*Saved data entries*
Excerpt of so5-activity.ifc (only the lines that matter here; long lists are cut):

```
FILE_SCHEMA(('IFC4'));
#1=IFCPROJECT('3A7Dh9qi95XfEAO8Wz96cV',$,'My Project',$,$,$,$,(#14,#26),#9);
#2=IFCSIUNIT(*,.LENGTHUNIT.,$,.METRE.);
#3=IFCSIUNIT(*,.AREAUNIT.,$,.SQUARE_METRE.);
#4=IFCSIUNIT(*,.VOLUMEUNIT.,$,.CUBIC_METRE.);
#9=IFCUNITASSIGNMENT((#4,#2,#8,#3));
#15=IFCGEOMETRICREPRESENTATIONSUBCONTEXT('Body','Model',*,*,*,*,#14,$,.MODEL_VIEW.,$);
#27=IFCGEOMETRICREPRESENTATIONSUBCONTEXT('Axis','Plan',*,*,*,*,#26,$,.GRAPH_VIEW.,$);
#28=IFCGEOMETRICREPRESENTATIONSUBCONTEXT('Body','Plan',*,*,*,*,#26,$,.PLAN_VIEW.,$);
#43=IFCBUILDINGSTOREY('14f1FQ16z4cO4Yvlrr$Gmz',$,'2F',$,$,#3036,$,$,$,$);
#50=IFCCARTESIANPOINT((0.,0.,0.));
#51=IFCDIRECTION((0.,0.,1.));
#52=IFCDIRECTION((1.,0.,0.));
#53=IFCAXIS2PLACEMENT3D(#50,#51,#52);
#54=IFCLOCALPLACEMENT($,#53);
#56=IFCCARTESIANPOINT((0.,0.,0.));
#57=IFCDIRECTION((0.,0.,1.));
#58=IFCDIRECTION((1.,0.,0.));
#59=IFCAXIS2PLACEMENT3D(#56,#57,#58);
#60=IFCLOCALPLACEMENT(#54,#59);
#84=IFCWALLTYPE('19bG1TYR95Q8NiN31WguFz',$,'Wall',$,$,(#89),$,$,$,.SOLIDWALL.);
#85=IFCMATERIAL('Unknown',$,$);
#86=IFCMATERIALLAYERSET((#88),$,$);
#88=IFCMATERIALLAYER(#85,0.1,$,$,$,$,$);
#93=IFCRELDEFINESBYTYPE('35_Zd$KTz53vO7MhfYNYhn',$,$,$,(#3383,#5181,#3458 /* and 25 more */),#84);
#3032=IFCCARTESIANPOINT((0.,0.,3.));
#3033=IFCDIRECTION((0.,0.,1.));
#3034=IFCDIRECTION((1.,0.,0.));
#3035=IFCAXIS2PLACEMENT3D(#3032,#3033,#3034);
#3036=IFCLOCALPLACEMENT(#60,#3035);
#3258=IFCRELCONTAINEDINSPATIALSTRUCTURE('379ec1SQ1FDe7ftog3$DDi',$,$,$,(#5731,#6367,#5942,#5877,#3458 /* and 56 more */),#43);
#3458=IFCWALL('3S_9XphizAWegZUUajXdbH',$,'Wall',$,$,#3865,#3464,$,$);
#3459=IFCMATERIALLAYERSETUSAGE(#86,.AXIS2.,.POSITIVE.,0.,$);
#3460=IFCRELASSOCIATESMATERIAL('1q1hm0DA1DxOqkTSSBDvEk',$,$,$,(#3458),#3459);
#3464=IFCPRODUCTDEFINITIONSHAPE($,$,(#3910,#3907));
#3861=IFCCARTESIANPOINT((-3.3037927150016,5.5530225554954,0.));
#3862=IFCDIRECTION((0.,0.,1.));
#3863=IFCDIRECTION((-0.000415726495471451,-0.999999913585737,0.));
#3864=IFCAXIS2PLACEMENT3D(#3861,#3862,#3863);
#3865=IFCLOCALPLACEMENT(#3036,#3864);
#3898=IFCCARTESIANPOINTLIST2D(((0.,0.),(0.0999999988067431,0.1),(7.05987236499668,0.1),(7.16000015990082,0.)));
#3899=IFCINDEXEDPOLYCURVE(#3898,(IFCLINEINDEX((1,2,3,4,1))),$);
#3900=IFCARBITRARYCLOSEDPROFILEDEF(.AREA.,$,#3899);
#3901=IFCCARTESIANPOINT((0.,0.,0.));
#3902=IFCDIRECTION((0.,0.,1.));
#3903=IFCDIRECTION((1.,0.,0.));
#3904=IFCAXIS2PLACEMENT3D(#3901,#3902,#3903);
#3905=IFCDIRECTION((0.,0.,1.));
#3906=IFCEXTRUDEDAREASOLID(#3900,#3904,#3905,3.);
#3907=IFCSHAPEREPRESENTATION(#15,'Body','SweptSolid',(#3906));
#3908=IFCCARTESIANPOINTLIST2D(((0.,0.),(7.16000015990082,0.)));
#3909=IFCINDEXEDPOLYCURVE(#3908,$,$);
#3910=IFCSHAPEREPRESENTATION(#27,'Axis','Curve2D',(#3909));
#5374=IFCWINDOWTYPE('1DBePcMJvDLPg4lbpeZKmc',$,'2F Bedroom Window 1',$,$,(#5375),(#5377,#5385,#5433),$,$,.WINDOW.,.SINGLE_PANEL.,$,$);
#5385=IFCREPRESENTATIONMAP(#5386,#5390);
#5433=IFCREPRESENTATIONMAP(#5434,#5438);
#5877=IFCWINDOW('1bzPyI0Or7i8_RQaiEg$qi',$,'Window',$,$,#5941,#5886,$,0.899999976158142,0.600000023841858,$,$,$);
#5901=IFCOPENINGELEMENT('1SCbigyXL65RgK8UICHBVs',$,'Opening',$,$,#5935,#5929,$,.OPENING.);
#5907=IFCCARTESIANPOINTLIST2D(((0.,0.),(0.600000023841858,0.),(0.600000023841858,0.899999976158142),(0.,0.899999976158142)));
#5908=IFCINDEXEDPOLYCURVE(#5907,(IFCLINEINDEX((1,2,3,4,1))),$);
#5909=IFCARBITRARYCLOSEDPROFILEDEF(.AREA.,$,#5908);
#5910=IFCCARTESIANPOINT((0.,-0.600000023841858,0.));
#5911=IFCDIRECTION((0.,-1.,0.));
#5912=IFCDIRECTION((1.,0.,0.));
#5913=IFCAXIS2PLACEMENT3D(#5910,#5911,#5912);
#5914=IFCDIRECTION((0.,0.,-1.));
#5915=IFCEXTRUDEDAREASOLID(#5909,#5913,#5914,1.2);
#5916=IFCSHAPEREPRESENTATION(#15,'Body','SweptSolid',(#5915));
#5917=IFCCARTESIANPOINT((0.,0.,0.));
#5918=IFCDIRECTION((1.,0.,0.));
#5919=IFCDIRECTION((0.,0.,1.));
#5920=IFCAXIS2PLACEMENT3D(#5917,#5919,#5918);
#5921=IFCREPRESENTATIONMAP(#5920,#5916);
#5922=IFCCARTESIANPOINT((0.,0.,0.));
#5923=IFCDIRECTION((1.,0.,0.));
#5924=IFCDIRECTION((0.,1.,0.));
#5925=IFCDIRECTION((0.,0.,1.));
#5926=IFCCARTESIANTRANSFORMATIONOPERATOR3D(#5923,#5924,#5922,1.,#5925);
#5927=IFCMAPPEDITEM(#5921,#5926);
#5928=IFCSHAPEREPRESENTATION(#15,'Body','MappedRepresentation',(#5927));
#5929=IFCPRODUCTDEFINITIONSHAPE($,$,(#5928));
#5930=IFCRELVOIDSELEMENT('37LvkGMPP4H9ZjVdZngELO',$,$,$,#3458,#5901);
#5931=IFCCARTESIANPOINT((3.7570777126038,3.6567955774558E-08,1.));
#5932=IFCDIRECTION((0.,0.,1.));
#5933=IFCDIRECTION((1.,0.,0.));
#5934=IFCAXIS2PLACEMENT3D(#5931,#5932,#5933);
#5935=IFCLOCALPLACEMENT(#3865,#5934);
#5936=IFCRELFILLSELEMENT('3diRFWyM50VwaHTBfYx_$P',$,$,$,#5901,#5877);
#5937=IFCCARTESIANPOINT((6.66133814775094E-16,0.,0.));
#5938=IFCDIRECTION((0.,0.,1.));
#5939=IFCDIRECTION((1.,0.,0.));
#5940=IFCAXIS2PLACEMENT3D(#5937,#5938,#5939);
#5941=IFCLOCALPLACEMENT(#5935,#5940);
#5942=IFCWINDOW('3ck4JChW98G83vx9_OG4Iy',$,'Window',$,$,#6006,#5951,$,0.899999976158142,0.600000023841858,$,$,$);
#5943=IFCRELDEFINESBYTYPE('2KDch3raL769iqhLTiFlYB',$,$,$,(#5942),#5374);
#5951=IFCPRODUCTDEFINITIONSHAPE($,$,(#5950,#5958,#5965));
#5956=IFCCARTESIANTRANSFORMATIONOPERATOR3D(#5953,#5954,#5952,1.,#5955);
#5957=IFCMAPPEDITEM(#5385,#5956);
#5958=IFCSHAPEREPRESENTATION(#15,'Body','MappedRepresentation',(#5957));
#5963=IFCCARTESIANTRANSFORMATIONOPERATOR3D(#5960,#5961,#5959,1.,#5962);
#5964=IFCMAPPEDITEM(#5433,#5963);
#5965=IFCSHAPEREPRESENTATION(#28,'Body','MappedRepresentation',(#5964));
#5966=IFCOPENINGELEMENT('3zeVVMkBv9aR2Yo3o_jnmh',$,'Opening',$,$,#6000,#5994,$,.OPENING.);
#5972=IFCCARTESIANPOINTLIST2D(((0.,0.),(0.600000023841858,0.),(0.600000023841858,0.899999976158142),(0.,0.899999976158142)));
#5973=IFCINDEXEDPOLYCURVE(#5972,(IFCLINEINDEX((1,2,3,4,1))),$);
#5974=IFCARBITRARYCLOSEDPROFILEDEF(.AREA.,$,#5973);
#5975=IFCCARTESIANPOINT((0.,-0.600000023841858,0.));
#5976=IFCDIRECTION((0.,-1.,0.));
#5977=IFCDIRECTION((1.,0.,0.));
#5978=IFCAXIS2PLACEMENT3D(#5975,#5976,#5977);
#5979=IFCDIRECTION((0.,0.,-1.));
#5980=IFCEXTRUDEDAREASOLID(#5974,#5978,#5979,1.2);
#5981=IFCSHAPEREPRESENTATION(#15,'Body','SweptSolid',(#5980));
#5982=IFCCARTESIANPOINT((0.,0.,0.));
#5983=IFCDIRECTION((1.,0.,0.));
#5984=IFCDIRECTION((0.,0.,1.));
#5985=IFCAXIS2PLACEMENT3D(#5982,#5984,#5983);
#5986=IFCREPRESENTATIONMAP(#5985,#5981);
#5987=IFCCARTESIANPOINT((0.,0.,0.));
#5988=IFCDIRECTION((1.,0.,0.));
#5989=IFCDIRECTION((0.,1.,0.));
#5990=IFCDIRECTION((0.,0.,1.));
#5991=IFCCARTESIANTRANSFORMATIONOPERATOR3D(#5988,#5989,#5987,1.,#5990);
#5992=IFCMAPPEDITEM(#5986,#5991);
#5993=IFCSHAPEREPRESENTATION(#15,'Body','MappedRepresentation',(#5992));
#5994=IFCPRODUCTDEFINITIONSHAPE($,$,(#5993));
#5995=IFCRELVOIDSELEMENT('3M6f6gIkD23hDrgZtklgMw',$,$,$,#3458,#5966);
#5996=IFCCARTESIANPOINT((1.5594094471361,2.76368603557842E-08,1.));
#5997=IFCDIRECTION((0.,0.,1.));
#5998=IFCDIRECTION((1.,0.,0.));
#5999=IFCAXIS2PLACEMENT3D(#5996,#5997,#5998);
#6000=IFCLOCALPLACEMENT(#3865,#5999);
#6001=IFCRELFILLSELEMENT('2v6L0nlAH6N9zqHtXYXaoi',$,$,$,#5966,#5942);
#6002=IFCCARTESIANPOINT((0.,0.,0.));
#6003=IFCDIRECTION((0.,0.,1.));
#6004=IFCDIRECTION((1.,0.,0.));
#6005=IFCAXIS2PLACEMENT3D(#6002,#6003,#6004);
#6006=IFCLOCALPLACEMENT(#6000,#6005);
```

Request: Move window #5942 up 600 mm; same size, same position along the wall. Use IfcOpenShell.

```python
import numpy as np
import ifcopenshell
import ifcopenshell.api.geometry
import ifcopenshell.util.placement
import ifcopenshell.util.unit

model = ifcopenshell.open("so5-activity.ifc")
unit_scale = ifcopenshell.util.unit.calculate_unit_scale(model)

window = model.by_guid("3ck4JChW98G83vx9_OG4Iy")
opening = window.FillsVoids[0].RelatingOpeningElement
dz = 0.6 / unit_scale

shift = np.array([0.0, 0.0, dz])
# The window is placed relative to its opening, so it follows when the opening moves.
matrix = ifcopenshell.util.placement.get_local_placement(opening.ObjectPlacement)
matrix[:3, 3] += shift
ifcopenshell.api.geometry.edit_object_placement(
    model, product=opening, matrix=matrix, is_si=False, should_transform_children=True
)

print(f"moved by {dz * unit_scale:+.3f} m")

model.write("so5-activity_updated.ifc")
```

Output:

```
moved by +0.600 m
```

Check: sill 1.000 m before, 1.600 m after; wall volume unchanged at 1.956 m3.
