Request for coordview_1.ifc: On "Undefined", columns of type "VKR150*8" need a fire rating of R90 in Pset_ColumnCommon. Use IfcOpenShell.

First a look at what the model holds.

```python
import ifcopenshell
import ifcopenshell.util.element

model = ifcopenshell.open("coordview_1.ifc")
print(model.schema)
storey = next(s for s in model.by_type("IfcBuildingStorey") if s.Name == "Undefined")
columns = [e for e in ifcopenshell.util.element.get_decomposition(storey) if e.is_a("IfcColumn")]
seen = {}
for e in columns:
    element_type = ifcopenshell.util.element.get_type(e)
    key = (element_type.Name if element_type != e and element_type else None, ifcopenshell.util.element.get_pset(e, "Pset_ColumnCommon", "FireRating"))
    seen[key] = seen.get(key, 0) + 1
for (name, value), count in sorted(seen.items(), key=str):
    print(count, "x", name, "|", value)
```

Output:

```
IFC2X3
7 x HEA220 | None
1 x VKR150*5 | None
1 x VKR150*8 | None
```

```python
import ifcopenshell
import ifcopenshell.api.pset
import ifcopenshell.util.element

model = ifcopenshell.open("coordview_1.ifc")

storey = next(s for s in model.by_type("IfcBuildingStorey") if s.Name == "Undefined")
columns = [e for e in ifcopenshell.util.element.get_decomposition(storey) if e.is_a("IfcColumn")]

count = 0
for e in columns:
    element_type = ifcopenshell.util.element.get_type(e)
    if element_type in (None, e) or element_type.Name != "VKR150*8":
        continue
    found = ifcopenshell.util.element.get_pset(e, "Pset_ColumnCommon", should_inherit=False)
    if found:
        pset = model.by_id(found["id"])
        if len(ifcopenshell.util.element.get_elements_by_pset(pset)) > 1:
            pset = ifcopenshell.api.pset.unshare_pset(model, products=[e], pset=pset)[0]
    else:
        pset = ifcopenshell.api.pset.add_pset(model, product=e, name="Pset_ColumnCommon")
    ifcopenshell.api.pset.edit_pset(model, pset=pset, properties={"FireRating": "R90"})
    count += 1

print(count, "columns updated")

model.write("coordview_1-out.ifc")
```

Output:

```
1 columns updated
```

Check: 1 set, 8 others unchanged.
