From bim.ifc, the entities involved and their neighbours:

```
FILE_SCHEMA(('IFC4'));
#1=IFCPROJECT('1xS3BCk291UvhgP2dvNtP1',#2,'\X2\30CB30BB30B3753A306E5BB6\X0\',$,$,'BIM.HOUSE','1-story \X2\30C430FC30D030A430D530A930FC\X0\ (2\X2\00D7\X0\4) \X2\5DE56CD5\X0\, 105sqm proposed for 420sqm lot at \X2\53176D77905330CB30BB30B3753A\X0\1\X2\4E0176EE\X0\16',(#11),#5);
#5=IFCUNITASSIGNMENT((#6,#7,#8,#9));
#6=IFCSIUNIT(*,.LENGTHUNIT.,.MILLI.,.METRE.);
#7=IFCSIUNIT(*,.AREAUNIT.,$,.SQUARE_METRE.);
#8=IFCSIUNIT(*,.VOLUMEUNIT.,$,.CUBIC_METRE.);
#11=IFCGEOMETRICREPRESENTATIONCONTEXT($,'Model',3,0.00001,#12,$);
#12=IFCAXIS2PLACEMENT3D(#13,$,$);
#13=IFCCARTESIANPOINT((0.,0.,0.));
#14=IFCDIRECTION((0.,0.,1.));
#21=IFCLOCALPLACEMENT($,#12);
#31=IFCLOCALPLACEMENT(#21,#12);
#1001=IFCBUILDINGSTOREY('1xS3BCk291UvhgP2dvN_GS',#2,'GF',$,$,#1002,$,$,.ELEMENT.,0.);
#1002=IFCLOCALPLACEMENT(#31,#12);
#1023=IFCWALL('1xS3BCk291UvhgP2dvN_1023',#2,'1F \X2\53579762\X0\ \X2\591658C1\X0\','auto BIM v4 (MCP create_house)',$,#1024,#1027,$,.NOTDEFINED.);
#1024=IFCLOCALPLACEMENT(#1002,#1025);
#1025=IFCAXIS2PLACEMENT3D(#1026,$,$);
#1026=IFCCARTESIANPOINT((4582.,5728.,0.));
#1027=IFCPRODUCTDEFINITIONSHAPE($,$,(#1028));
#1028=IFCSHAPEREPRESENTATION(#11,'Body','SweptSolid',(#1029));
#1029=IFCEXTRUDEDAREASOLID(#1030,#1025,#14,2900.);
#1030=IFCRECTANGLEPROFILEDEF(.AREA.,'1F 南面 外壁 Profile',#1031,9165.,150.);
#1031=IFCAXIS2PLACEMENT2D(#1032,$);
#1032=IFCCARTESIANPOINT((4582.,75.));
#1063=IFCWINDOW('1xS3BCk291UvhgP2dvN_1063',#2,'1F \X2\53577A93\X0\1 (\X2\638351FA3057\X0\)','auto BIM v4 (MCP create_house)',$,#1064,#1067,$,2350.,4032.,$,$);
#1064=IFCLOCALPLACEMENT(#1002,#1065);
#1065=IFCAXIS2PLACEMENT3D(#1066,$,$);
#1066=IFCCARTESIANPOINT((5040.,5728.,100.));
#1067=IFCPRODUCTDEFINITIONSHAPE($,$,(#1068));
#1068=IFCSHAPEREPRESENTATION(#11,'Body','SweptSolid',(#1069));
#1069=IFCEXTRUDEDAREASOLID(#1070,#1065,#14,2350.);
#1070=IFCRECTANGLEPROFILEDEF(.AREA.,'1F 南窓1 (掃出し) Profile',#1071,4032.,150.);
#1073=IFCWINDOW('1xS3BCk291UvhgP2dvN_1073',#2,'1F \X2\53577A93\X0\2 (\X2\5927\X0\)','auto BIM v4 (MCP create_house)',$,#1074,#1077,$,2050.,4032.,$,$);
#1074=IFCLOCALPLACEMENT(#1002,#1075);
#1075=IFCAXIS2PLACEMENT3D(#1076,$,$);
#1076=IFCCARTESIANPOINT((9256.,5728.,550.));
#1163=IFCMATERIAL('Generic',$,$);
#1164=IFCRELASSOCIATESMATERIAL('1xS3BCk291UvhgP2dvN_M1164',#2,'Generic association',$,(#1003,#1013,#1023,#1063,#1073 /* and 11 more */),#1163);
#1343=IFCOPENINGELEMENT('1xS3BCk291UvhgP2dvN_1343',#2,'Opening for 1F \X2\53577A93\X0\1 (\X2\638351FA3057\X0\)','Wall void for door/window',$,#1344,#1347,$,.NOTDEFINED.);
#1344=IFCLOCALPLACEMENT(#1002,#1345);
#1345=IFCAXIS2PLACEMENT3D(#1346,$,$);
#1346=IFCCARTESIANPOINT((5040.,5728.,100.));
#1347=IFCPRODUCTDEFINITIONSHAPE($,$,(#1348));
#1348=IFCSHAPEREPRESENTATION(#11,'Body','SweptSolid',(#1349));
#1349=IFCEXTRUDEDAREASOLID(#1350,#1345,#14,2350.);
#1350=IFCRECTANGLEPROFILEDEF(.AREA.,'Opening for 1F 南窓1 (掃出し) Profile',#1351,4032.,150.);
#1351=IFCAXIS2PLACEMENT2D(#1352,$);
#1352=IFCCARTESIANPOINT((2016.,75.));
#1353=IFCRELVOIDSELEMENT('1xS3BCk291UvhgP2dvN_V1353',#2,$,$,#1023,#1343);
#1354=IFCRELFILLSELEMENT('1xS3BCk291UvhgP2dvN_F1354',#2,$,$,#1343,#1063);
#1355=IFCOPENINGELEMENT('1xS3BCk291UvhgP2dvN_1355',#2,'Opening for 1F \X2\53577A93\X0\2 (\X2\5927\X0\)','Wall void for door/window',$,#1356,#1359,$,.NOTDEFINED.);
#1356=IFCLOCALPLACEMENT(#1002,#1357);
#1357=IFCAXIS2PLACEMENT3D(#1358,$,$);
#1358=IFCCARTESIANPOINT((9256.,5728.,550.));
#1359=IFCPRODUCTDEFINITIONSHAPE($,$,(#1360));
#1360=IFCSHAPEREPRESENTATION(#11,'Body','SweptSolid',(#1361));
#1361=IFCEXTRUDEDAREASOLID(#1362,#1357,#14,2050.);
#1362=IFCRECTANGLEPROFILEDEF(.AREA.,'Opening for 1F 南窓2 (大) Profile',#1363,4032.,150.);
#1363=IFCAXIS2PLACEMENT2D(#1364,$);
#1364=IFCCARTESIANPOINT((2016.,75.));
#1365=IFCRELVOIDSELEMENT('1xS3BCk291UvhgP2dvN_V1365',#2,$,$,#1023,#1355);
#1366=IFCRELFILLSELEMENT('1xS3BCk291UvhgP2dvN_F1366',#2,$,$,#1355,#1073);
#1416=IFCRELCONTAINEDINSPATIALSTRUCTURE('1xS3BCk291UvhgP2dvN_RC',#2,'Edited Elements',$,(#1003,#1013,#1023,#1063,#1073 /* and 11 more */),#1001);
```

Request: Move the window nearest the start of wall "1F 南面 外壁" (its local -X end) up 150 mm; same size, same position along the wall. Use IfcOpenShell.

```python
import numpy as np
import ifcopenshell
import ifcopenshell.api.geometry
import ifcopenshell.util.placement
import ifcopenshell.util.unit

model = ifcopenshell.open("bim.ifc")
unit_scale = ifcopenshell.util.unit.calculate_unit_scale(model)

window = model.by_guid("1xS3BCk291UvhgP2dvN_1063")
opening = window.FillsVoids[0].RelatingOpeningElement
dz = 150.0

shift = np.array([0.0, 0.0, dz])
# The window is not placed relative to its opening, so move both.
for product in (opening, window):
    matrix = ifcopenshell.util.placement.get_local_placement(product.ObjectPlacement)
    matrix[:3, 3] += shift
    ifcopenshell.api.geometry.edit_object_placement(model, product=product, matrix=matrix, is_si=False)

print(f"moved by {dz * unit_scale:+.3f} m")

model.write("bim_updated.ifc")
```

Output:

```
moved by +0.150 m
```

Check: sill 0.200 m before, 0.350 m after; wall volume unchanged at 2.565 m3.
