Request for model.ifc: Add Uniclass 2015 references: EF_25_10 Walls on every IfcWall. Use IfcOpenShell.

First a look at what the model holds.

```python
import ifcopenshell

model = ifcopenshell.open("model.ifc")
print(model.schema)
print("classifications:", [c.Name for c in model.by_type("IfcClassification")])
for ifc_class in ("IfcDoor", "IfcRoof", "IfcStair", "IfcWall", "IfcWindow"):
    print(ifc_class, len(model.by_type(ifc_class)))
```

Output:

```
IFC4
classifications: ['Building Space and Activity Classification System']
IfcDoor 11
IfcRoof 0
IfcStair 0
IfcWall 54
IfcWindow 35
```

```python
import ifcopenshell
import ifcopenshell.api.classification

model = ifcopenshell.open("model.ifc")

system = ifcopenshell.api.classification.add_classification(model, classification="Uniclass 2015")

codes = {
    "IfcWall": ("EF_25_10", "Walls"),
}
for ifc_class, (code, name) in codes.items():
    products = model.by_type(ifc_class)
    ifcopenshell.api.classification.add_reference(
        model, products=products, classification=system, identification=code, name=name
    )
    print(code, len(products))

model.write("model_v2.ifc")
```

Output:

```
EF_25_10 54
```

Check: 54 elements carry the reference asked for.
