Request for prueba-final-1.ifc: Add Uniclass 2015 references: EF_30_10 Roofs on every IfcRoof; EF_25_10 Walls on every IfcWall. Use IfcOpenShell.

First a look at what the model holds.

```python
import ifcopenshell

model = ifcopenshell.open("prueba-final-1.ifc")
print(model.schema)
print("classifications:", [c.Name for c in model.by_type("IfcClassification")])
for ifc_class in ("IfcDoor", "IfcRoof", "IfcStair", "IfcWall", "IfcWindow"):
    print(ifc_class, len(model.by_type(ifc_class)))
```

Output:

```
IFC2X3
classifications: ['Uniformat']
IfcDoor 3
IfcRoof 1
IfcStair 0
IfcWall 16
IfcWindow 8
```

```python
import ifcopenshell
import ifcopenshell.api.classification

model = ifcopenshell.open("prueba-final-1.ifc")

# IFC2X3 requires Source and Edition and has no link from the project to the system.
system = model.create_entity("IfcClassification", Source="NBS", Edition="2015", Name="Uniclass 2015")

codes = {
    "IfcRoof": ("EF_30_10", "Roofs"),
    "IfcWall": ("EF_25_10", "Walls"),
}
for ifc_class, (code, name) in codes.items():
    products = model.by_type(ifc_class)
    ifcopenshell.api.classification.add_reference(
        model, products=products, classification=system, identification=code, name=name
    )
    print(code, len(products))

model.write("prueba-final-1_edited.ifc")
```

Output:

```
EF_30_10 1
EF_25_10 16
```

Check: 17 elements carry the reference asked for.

*WHAT THE TASK REQUIRES*
Above are the records; copy each line from them that includes the string "auto".

*SOLUTION TO THE PROBLEM*
#1023=IFCWALL('1xS3BCk291UvhgP2dvN_1023',#2,'1F \X2\53579762\X0\ \X2\591658C1\X0\','auto BIM v4 (MCP create_house)',$,#1024,#1027,$,.NOTDEFINED.);
#1063=IFCWINDOW('1xS3BCk291UvhgP2dvN_1063',#2,'1F \X2\53577A93\X0\1 (\X2\638351FA3057\X0\)','auto BIM v4 (MCP create_house)',$,#1064,#1067,$,2350.,4032.,$,$);
#1073=IFCWINDOW('1xS3BCk291UvhgP2dvN_1073',#2,'1F \X2\53577A93\X0\2 (\X2\5927\X0\)','auto BIM v4 (MCP create_house)',$,#1074,#1077,$,2050.,4032.,$,$);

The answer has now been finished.